## 【数论】Fibonacci Sum – 20HDU多校1-5

### 传送门

383008016^2 ≡616991993^2≡5 (mod 10^9+9)

F_n=C(A^n-B^n)

F_{cn}^k=C^k(A^{cn}-B^{cn})^k

\sum\limits_{i=0}^n F_{ci}^k=C^k\sum\limits_{i=0}^n(A^{ci}-B^{ci})^k

\sum\limits_{i=0}^nF_{ci}^k= C^k\sum\limits_{i=0}^n \sum\limits_{r=0}^k \binom{k}{r}(A^{ci(k-r)}B^{cir}(-1)^r)

\sum\limits_{i=0}^nF_{ci}^k= C^k \sum\limits_{r=0}^k \binom{k}{r} (-1)^r \sum\limits_{i=0}^n (A^{ci(k-r)}B^{cir})

• 注意本题从0累加到n实际上有n + 1项，求几何级数的时候需要注意。但是第0项等于0，所以也可以看作从1开始枚举，用通项的时候单独减去1。两种处理方法都可以。
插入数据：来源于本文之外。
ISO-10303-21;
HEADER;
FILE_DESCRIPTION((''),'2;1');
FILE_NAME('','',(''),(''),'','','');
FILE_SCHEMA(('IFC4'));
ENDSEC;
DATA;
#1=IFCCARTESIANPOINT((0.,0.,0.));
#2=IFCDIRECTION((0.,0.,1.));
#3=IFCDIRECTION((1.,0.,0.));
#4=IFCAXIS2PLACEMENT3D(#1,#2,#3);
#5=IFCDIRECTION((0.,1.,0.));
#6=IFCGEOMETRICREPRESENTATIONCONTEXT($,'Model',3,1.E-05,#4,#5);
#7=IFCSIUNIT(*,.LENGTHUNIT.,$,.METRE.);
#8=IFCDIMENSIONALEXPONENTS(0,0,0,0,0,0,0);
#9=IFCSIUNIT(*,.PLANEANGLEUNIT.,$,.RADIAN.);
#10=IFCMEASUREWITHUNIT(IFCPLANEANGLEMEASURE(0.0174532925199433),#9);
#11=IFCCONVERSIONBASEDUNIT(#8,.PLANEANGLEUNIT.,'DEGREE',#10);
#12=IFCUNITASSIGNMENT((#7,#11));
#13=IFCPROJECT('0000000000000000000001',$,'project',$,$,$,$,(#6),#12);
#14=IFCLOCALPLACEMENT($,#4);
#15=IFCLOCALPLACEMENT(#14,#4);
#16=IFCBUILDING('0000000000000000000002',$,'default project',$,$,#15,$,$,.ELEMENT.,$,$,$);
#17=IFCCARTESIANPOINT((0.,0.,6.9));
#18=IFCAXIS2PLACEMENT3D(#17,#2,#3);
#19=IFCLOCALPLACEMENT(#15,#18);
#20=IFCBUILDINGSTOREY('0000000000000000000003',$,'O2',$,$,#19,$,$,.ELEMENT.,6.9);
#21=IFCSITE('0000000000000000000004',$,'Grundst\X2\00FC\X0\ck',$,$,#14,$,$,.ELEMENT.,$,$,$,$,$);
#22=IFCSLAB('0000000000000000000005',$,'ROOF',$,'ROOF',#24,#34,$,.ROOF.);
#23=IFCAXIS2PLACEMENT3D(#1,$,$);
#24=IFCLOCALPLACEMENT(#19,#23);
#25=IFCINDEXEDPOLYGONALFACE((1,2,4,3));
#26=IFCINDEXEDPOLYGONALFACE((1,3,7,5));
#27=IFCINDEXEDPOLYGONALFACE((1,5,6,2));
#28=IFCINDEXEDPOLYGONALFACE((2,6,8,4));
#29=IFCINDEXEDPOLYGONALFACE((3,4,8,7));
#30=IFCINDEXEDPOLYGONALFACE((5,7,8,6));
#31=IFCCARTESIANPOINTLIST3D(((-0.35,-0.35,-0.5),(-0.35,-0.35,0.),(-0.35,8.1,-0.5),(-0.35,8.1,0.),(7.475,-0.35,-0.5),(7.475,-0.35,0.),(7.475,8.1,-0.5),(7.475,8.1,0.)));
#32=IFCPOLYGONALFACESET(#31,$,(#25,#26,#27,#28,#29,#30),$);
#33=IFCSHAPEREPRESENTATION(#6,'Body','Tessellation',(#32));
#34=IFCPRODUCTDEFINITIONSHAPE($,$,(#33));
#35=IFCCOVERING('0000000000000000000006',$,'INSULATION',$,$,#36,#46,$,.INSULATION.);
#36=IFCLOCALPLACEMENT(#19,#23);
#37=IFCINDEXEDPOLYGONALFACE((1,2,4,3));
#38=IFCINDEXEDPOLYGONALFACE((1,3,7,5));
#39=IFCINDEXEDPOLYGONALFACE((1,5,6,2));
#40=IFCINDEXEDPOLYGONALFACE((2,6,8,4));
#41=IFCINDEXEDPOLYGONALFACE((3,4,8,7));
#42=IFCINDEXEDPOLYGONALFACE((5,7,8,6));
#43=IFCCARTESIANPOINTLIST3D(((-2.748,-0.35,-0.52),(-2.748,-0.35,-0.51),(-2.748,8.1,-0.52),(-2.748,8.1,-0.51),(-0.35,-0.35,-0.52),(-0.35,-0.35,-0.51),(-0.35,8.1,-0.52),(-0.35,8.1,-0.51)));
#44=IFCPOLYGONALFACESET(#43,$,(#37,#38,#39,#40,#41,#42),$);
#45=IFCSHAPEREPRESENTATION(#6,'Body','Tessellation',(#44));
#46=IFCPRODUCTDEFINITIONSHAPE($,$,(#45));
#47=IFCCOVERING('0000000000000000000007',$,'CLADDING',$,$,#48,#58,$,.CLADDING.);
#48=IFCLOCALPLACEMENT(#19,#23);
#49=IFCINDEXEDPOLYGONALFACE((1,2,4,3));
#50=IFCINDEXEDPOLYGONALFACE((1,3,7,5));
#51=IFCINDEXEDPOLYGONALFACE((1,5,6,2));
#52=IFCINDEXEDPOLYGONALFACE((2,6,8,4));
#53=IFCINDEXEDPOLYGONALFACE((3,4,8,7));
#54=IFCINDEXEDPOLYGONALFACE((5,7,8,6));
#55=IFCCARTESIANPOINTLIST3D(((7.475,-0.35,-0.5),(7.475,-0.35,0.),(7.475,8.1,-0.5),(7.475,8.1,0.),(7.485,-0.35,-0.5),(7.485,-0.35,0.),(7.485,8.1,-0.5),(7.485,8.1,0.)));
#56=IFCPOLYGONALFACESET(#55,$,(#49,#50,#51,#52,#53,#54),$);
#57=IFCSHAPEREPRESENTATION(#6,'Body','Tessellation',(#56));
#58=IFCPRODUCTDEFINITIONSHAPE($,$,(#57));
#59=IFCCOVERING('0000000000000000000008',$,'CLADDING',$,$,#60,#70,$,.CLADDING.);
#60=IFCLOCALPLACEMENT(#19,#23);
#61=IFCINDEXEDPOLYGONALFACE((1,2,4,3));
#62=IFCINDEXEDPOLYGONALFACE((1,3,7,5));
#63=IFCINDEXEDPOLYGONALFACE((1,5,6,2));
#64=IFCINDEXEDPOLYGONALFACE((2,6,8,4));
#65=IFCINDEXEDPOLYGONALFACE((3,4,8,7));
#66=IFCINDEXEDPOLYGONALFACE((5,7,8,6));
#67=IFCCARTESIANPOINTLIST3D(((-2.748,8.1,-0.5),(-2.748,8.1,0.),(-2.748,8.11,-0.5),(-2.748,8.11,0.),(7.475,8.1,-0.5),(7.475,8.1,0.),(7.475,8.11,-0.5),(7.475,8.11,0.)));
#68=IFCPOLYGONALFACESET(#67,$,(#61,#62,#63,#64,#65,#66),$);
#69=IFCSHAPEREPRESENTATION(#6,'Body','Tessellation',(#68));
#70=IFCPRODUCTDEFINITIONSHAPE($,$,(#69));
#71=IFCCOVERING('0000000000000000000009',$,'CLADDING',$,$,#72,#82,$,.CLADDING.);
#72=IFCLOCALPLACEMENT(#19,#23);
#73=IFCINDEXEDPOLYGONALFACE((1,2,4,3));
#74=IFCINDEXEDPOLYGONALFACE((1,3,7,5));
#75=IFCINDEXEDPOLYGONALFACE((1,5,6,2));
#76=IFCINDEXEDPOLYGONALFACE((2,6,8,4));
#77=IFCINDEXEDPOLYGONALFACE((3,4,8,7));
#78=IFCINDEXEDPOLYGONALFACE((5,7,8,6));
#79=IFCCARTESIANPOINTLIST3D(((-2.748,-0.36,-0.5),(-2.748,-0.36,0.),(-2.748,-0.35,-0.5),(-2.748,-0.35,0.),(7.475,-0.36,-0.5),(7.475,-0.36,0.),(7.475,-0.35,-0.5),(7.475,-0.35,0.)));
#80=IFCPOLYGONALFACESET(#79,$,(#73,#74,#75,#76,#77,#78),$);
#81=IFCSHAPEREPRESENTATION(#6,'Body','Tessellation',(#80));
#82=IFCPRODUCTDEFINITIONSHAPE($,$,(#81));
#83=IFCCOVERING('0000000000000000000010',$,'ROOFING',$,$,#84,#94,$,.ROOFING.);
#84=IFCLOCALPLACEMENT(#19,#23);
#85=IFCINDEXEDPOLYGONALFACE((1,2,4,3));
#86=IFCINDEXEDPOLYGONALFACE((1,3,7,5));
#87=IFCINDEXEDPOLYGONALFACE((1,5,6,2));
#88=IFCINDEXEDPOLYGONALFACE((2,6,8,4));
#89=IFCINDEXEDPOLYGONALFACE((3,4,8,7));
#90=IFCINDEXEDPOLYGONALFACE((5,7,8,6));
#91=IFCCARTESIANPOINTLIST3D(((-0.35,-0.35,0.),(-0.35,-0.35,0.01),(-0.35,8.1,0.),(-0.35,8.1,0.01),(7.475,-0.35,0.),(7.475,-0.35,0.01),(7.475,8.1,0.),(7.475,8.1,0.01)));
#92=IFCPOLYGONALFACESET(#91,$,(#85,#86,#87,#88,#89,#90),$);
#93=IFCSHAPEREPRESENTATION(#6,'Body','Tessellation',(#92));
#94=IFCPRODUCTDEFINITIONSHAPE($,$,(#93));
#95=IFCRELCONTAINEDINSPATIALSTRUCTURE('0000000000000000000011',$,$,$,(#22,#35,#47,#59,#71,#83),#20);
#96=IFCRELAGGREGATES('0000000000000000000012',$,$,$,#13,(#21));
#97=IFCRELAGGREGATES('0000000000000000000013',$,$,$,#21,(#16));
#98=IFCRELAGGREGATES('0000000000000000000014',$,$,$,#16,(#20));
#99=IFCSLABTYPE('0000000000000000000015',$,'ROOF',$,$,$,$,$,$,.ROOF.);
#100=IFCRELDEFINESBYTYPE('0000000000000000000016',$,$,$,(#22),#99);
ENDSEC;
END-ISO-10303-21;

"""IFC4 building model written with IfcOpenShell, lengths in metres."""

from ifc_helpers import new_model, entity, si_unit, converted_unit, direction, frame, origin_with_axes, place, context, project, spatial, polyline, outline, extrude, type_object, element, save


model = new_model("IFC4")

# Units and contexts
model_context = context("Model", 3, precision=1e-05, world=origin_with_axes(), true_north=direction((0.0, 1.0, 0.0)))
ifc_project = project(units=[si_unit("LENGTHUNIT", "METRE"), converted_unit("PLANEANGLEUNIT", "DEGREE", entity("IfcPlaneAngleMeasure", 0.0174532925199433), si_unit("PLANEANGLEUNIT", "RADIAN"), dimensions=[0, 0, 0, 0, 0, 0, 0])], contexts=[model_context])

# Site, building, storey
site_placement = place(None, origin_with_axes())
site = spatial("IfcSite", under=ifc_project, at=site_placement, Name="Grundstück", CompositionType="ELEMENT")
building_placement = place(site_placement, origin_with_axes())
building = spatial("IfcBuilding", under=site, at=building_placement, Name="default project", CompositionType="ELEMENT")
storey_placement = place(building_placement, frame((0.0, 0.0, 6.9), z_axis=(0.0, 0.0, 1.0), x_axis=(1.0, 0.0, 0.0)))
storey = spatial("IfcBuildingStorey", under=building, at=storey_placement, Name="O2", CompositionType="ELEMENT", Elevation=6.9)

# Slab
slab_type = type_object("IfcSlabType", Name="ROOF", PredefinedType="ROOF")
slab_placement = place(storey_placement, frame((0.0, 0.0, -0.5), z_axis=(0.0, 0.0, 1.0), x_axis=(1.0, 0.0, 0.0)))
element("IfcSlab", 1, at=slab_placement, inside=storey, type_object=slab_type, Name="ROOF", ObjectType="ROOF", PredefinedType="ROOF", context=model_context, shape_type="SweptSolid", body=[
    extrude(outline(polyline([(7.475, 8.1), (-0.35, 8.1), (-0.35, -0.35), (7.475, -0.35), (7.475, 8.1)])), origin_with_axes(), (0.0, 0.0, 1.0), 0.5),
])

# Coverings
placement = place(storey_placement, frame((0.0, 0.0, -0.5), z_axis=(0.0, 0.0, 1.0), x_axis=(1.0, 0.0, 0.0)))
covering_1_placement = place(placement, frame((0.0, 0.0, -0.01), z_axis=(0.0, 0.0, 1.0), x_axis=(1.0, 0.0, 0.0)))
element("IfcCovering", 2, at=covering_1_placement, inside=storey, Name="INSULATION", PredefinedType="INSULATION", context=model_context, shape_type="SweptSolid", body=[
    extrude(outline(polyline([(-0.35, 8.1), (-2.748, 8.1), (-2.748, -0.35), (-0.35, -0.35), (-0.35, 8.1)])), frame((0.0, 0.0, -0.01), z_axis=(0.0, 0.0, 1.0), x_axis=(1.0, 0.0, 0.0)), (0.0, 0.0, 1.0), 0.01),
])
covering_2_placement = place(slab_placement, origin_with_axes())
element("IfcCovering", 3, at=covering_2_placement, inside=storey, Name="CLADDING", PredefinedType="CLADDING", context=model_context, shape_type="SweptSolid", body=[
    extrude(outline(polyline([(7.485, -0.35), (7.485, 8.1), (7.475, 8.1), (7.475, -0.35), (7.485, -0.35)])), origin_with_axes(), (0.0, 0.0, 1.0), 0.5),
])
covering_3_placement = place(slab_placement, origin_with_axes())
element("IfcCovering", 4, at=covering_3_placement, inside=storey, Name="CLADDING", PredefinedType="CLADDING", context=model_context, shape_type="SweptSolid", body=[
    extrude(outline(polyline([(7.475, 8.11), (-2.748, 8.11), (-2.748, 8.1), (7.475, 8.1), (7.475, 8.11)])), origin_with_axes(), (0.0, 0.0, 1.0), 0.5),
])
covering_4_placement = place(slab_placement, origin_with_axes())
element("IfcCovering", 5, at=covering_4_placement, inside=storey, Name="CLADDING", PredefinedType="CLADDING", context=model_context, shape_type="SweptSolid", body=[
    extrude(outline(polyline([(-2.748, -0.36), (7.475, -0.36), (7.475, -0.35), (-2.748, -0.35), (-2.748, -0.36)])), origin_with_axes(), (0.0, 0.0, 1.0), 0.5),
])
covering_5_placement = place(slab_placement, frame((0.0, 0.0, 0.25), z_axis=(0.0, 0.0, 1.0), x_axis=(1.0, 0.0, 0.0)))
element("IfcCovering", 6, at=covering_5_placement, inside=storey, Name="ROOFING", PredefinedType="ROOFING", context=model_context, shape_type="SweptSolid", body=[
    extrude(outline(polyline([(7.475, 8.1), (-0.35, 8.1), (-0.35, -0.35), (7.475, -0.35), (7.475, 8.1)])), frame((0.0, 0.0, 0.25), z_axis=(0.0, 0.0, 1.0), x_axis=(1.0, 0.0, 0.0)), (0.0, 0.0, 1.0), 0.01),
])

save(model, "model.ifc")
• 第二个需要注意的点是公式仅适用于r =\not 1。如果r=1直接用r * n或者r*(n+1)即可。取决于上面一步是什么处理方法。

#pragma GCC optimize(2)
#include<bits/stdc++.h>
using namespace std;
typedef long long LL;
const int mod = 1e9 + 9;
const int C = 276601605; // 1 / sqrt(5)
const int A = 691504013; // (1 + sqrt(5)) / 2
const int AA = 691504012; // A ^ -1
const int B = 308495997; // (1 - sqrt(5)) / 2
const int maxn = 1e5 + 233;
LL f[maxn], finv[maxn];

inline int ksm(int n, int k)
{
n %= mod;
int res = 1;
while(k)
{
if(k & 1) res = (LL)res * n % mod;
n = (LL)n * n % mod;
k >>= 1;
}
return res % mod;
}

void init(int n) {
f[0] = 1;
for(int i = 1; i <= n; i++) {
f[i] = 1LL*f[i-1]*i%mod;
}
finv[n] = ksm(f[n], mod-2);
for(int i = n; i > 0; i--) {
finv[i-1] = 1LL*finv[i]*i%mod;
}
}
inline int Comb(int n, int m) {
if(m > n) return 0;
return 1LL*f[n]*finv[m]%mod*finv[n-m]%mod;
}

int main()
{
init(100001);

cin.tie(0); cout.tie(0); ios::sync_with_stdio(0);
// freopen("t.txt", "w", stdout);
int T; cin >> T;
// int base = 10;
while(T--)
{
LL n, c;
int k; cin >> n >> c >> k;
int ans = 0;
int R1 = ksm(A, c % (mod - 1) * k % (mod - 1) );
int R2 = ksm(B, c % (mod - 1) * 0 % (mod - 1) );
int invR1 = ksm(ksm(A, c % (mod - 1)), mod - 2);
int uniR2 = ksm(B, c % (mod - 1));
for(int i = 0; i <= k; i++)
{
int Co = Comb(k, i);
if(i & 1) Co = mod - Co;
// int R = ksm(A, (c % (mod - 1) * (k - i) % (mod - 1)), base) * ksm(B, c % (mod - 1) * i % (mod - 1), base) % mod;
int R = (LL)R1 * R2 % mod;
// 1 + R + R^2 + ... + R^n = S(n + 1)
// cerr << R << endl;
int n1 = (n + 1) % (mod - 1);
if(R == 1) ans = ((LL)ans + n % mod * Co % mod) % mod;
else
{
int S = (ksm(R, n1) - 1LL) * ksm(R - 1, mod - 2) % mod;
S = S - 1; // F1 ~ FN except 1
ans = ((LL)ans + (LL)Co * S % mod) % mod;
}
R1 = (LL)R1 * invR1 % mod;
R2 = (LL)R2 * uniR2 % mod;
}
cout << ((LL)ans * ksm(C, k) % mod + mod) % mod << endl;
}

}